I also didn't know he lived in Toronto, for some reason I assumed he lived in
San Francisco.

I also didn't know about Homoiconic - and now there is a treasure trove of
lots of wonderful programming (largely Ruby stuff from what I am seeing)
articles that I can go through one by one...little by little.

Like this one -
[https://github.com/raganwald/homoiconic/blob/master/2008-10-...](https://github.com/raganwald/homoiconic/blob/master/2008-10-28/and_and_or.markdown)

For some reason, I have never used `and` instead of `&&` in Ruby. Perhaps
because I have never seen it used, but now that I have seen that I can't help
but try it out next time.

I am not sure if this is even valid syntax in Ruby 2.0, but I am so glad I
stumbled across this.

For those that were criticizing the purpose of this post on HN - this is
exactly why it deserves a place here. Raganwald is a valued member of HN,
largely because of the stuff he has published over the years (and his
contributions to the community) - which are still valuable today. As a
relatively young Rubyist (started learning in 2009) all of these things are
like gold to me.

So thank you llambda for submitting this, thank you HN for upvoting it, and
thank you raganwald for not deleting this wonderful content.

Edit: Also, I think it's cool when we get a chance to 'big up' (Jamaican speak
for: "send positive/congratulatory words to") someone while they are alive and
can appreciate it. Don't mean to get all morbid, but with so many 'iconic'
tech luminaries dying recently (or it feels like that anyway), we always see
an outpouring of love after the fact - when they can't hear it. I think it's
cool that even though this isn't anything "major" (like a Nobel Prize or
anything like that) it's large (and meaningful) enough, for people to take
time out to 'big up' raganwald.

So....cheers raganwald.

 _raises imaginary wine glass_

------
pbreit
Wow, it would be cool (and probably wishful thinking) if Raganwald could help
make a dent in the documentation universe beyond Github.
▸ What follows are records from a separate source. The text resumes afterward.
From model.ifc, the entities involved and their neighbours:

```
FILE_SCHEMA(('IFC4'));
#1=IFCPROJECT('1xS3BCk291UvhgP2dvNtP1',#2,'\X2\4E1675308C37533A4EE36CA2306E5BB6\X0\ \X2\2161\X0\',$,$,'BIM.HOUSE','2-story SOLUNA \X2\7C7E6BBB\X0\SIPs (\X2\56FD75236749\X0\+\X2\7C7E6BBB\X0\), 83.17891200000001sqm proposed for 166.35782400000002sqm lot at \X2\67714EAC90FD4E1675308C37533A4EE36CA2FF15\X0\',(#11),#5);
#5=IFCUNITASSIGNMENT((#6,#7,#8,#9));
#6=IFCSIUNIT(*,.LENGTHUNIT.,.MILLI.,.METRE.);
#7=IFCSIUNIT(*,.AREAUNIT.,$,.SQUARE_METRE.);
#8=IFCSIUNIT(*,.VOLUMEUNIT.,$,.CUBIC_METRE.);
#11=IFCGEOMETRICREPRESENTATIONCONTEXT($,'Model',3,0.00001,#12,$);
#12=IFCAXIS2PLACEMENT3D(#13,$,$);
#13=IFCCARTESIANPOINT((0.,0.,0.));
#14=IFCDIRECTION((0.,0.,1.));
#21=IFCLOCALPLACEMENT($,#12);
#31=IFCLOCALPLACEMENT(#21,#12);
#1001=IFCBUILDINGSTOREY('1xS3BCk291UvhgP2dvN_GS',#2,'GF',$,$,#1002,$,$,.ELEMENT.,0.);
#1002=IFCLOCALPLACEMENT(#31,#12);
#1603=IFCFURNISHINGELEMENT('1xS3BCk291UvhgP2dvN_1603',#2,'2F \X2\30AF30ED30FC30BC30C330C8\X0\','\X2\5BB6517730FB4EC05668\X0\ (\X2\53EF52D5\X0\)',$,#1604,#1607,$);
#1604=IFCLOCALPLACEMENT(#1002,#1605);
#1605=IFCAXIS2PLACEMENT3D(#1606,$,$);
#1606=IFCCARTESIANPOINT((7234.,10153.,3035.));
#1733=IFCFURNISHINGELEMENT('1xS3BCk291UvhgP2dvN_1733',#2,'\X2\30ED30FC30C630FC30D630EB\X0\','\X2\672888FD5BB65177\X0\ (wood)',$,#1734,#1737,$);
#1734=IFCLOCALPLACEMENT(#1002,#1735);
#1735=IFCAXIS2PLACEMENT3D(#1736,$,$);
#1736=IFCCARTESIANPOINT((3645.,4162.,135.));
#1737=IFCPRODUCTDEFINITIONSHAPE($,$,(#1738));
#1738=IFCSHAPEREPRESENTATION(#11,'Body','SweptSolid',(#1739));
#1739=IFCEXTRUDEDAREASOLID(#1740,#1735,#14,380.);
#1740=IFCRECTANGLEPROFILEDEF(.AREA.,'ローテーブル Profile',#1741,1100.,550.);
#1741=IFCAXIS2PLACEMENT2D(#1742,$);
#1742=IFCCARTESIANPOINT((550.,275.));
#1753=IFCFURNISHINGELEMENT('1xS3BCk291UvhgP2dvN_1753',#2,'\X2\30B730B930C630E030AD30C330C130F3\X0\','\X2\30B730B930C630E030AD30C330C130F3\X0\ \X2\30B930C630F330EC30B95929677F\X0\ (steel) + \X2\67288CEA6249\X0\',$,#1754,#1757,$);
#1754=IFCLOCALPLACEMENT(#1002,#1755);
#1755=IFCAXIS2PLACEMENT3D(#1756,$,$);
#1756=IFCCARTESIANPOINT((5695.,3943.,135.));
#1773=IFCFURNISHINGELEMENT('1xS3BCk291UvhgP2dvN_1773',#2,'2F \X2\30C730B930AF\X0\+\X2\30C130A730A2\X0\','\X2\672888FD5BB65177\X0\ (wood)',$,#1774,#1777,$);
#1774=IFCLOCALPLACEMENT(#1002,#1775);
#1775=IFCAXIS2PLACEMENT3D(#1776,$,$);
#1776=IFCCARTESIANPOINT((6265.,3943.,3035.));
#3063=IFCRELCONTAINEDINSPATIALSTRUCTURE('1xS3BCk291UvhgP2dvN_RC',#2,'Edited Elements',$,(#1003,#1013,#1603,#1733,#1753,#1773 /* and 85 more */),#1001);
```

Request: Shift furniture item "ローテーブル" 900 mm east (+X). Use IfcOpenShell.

```python
import ifcopenshell
import ifcopenshell.api.geometry
import ifcopenshell.util.placement
import ifcopenshell.util.unit

model = ifcopenshell.open("model.ifc")
unit_scale = ifcopenshell.util.unit.calculate_unit_scale(model)

item = model.by_guid("1xS3BCk291UvhgP2dvN_1733")
matrix = ifcopenshell.util.placement.get_local_placement(item.ObjectPlacement)
matrix[0, 3] += 0.9 / unit_scale
ifcopenshell.api.geometry.edit_object_placement(model, product=item, matrix=matrix, is_si=False)

print(ifcopenshell.util.placement.get_local_placement(item.ObjectPlacement).round(3) + 0.0)

model.write("model-out.ifc")
```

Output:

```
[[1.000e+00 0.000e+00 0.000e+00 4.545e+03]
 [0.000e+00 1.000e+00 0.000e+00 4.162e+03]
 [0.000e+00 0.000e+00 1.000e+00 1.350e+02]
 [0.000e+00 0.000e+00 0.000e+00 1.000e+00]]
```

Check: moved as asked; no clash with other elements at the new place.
I'm thinking Sphinx/ReadTheDocs in scope, version controlled docs with pull
requests, output in Jekyl to Github (or other) Pages. Etc.

------
ChuckMcM
Grats raganwald! Clearly articulated supporting documentation is highly
correlated with successful efforts. I am certain your efforts will be richly
rewarded.

------
purephase
Congrats GH. raganwald is a class act.

I didn't realize that he lived in Toronto though. Awesome to see the streetcar
on the GH blog!

------
raganwald
Thanks, everyone! HN has been a very informative, interesting, and motivating
place since its inception. You are the reason why.

------
AndyKelley
He's currently ranked #108 on the GitHub Popularity Contest Index:

[http://githubpopularitycontest.com/find?user=raganwald](http://githubpopularitycontest.com/find?user=raganwald)

------
TeMPOraL
Congrats, raganwald! Just don't forget to keep posting comments on HN every
now and then ;).

------
aaronbrethorst
congrats to raganwald! The link to help in the blog post is broken, btw.

------
everettForth
Does he ride a very shaky train to work?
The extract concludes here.